If you’re building a startup and want a more honest view of what “help” can look like beyond generic advice, this episode is a rare look behind the curtain.
Most startups don’t fail because the team can’t build. They fail because they can’t decide what to build, and they waste months proving it the slow way.
In this episode I’m joined by Jake Knapp and John Zeratsky, best known for popularising and codifying the Design Sprint process through their work at Google Ventures, and subsequently their books Sprint, Make Time, and most recently Click.
We talk about the scrappy reality behind the sprint. Not “a workshop”, but a pressure-tested way to cut through endless debate, force clarity, and end the week with something you can put in front of real people. They share what it was like parachuting into fast-moving startups at GV, helping teams go from a messy problem to a prototype and honest feedback in days, and why that pace changes the quality of decisions you make.
We also get into what they’re doing now with Character, including Character Labs, and why they believe the same decision-making discipline matters just as much at the investing stage as it does inside the product team.
If you’re pre-PMF, stuck in opinion loops, or trying to find a reliable way to turn uncertainty into momentum, this one is full of practical signal.
Intercom didn’t start as Intercom. In this first episode of The Design VC, Des Traynor takes us back to the scrappy days of running a design consultancy with a side project, and the moment a tiny in-app message, a speech bubble popping out of a star in the corner of the UI, hinted at something bigger than the product it was built for. That small interaction became the seed of Intercom’s now-ubiquitous in-app messenger, and eventually a company that reshaped how startups communicate with customers.
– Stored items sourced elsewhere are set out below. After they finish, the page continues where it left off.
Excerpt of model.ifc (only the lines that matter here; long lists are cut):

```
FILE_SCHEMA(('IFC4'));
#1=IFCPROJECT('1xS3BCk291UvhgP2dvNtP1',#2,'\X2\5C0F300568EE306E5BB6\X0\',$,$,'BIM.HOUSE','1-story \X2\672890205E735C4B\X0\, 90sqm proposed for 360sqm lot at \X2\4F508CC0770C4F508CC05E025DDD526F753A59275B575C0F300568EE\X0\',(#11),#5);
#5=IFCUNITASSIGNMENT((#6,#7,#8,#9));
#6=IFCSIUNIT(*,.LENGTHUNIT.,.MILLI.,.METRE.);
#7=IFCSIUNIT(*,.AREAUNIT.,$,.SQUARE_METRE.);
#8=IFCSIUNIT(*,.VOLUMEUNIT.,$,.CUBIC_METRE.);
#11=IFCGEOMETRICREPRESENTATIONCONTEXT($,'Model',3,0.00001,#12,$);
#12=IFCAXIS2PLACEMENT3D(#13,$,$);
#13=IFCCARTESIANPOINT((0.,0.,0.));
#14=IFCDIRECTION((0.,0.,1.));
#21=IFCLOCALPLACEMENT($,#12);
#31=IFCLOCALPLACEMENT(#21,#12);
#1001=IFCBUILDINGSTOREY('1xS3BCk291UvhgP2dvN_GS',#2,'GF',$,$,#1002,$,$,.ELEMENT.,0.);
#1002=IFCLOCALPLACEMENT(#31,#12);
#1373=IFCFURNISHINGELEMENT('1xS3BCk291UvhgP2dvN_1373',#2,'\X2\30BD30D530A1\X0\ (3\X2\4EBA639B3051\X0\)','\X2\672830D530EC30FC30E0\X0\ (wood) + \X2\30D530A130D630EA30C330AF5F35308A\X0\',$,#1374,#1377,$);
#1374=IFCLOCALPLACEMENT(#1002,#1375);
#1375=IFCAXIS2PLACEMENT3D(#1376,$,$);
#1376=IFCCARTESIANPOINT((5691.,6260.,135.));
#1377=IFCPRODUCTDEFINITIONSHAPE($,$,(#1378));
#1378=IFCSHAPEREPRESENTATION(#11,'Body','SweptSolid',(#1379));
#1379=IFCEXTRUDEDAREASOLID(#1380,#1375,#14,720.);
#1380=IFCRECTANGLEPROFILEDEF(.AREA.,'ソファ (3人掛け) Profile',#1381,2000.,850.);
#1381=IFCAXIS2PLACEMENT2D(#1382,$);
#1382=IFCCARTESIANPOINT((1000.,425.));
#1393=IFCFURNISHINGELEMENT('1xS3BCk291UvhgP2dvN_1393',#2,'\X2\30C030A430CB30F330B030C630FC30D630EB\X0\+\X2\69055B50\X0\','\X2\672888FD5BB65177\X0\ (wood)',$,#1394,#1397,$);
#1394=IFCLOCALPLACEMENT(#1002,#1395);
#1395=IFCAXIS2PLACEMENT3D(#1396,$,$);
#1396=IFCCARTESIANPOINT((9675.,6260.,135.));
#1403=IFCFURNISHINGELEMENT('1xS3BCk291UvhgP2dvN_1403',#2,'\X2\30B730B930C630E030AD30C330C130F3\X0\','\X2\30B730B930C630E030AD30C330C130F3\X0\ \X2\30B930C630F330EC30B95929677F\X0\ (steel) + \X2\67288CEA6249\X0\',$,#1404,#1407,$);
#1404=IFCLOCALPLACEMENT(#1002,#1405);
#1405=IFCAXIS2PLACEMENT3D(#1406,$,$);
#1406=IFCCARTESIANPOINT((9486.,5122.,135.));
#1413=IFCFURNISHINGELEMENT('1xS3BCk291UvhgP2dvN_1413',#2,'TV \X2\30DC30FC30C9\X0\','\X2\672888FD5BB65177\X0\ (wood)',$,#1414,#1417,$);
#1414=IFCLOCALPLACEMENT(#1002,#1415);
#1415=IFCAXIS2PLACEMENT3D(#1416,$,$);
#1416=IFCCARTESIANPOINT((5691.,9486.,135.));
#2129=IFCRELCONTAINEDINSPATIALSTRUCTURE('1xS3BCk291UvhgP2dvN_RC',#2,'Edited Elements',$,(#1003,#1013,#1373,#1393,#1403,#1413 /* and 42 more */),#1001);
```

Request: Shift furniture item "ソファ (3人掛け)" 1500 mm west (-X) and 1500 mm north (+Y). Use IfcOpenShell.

```python
import ifcopenshell
import ifcopenshell.api.geometry
import ifcopenshell.util.placement

model = ifcopenshell.open("model.ifc")

item = model.by_guid("1xS3BCk291UvhgP2dvN_1373")
matrix = ifcopenshell.util.placement.get_local_placement(item.ObjectPlacement)
matrix[0, 3] -= 1500.0
matrix[1, 3] += 1500.0
ifcopenshell.api.geometry.edit_object_placement(model, product=item, matrix=matrix, is_si=False)

print(ifcopenshell.util.placement.get_local_placement(item.ObjectPlacement).round(3) + 0.0)

model.write("model_v2.ifc")
```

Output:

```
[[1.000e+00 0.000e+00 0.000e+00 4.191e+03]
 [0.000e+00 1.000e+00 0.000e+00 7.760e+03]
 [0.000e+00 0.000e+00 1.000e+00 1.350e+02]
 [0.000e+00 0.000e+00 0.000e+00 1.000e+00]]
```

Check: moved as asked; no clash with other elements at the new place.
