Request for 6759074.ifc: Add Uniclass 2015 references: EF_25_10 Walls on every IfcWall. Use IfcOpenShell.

First a look at what the model holds.

```python
import ifcopenshell

model = ifcopenshell.open("6759074.ifc")
print(model.schema)
print("classifications:", [c.Name for c in model.by_type("IfcClassification")])
for ifc_class in ("IfcDoor", "IfcRoof", "IfcStair", "IfcWall", "IfcWindow"):
    print(ifc_class, len(model.by_type(ifc_class)))
```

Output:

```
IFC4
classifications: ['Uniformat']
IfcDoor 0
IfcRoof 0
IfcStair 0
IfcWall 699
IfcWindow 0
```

```python
import ifcopenshell
import ifcopenshell.api.classification

model = ifcopenshell.open("6759074.ifc")

system = ifcopenshell.api.classification.add_classification(model, classification="Uniclass 2015")

codes = {
    "IfcWall": ("EF_25_10", "Walls"),
}
for ifc_class, (code, name) in codes.items():
    products = model.by_type(ifc_class)
    ifcopenshell.api.classification.add_reference(
        model, products=products, classification=system, identification=code, name=name
    )
    print(code, len(products))

model.write("6759074_updated.ifc")
```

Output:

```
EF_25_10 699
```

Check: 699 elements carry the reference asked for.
We talk about what it really takes to get from “this seems cool” to “this is working”. How they used their existing network to get early traction, why direct, human outreach still beats automated growth theatre, and what made the early pitch of “talking to your customers inside the product”, so compelling that people immediately wanted in.
Then we fast-forward to the second act. Des shares what it’s like when a new platform shift forces you to re-think your product strategy in public. We talk about the internal debate that led Intercom to go all-in on AI, how the team navigated the risk of a major pivot, and what founders often underestimate when they try to ship AI features into a product that already has paying customers and a reputation to protect.
It’s a candid conversation about the messy sequencing of product, story, distribution, and belief, and how to spot the signals that you’ve found a real wedge, and when you need to reinvent it.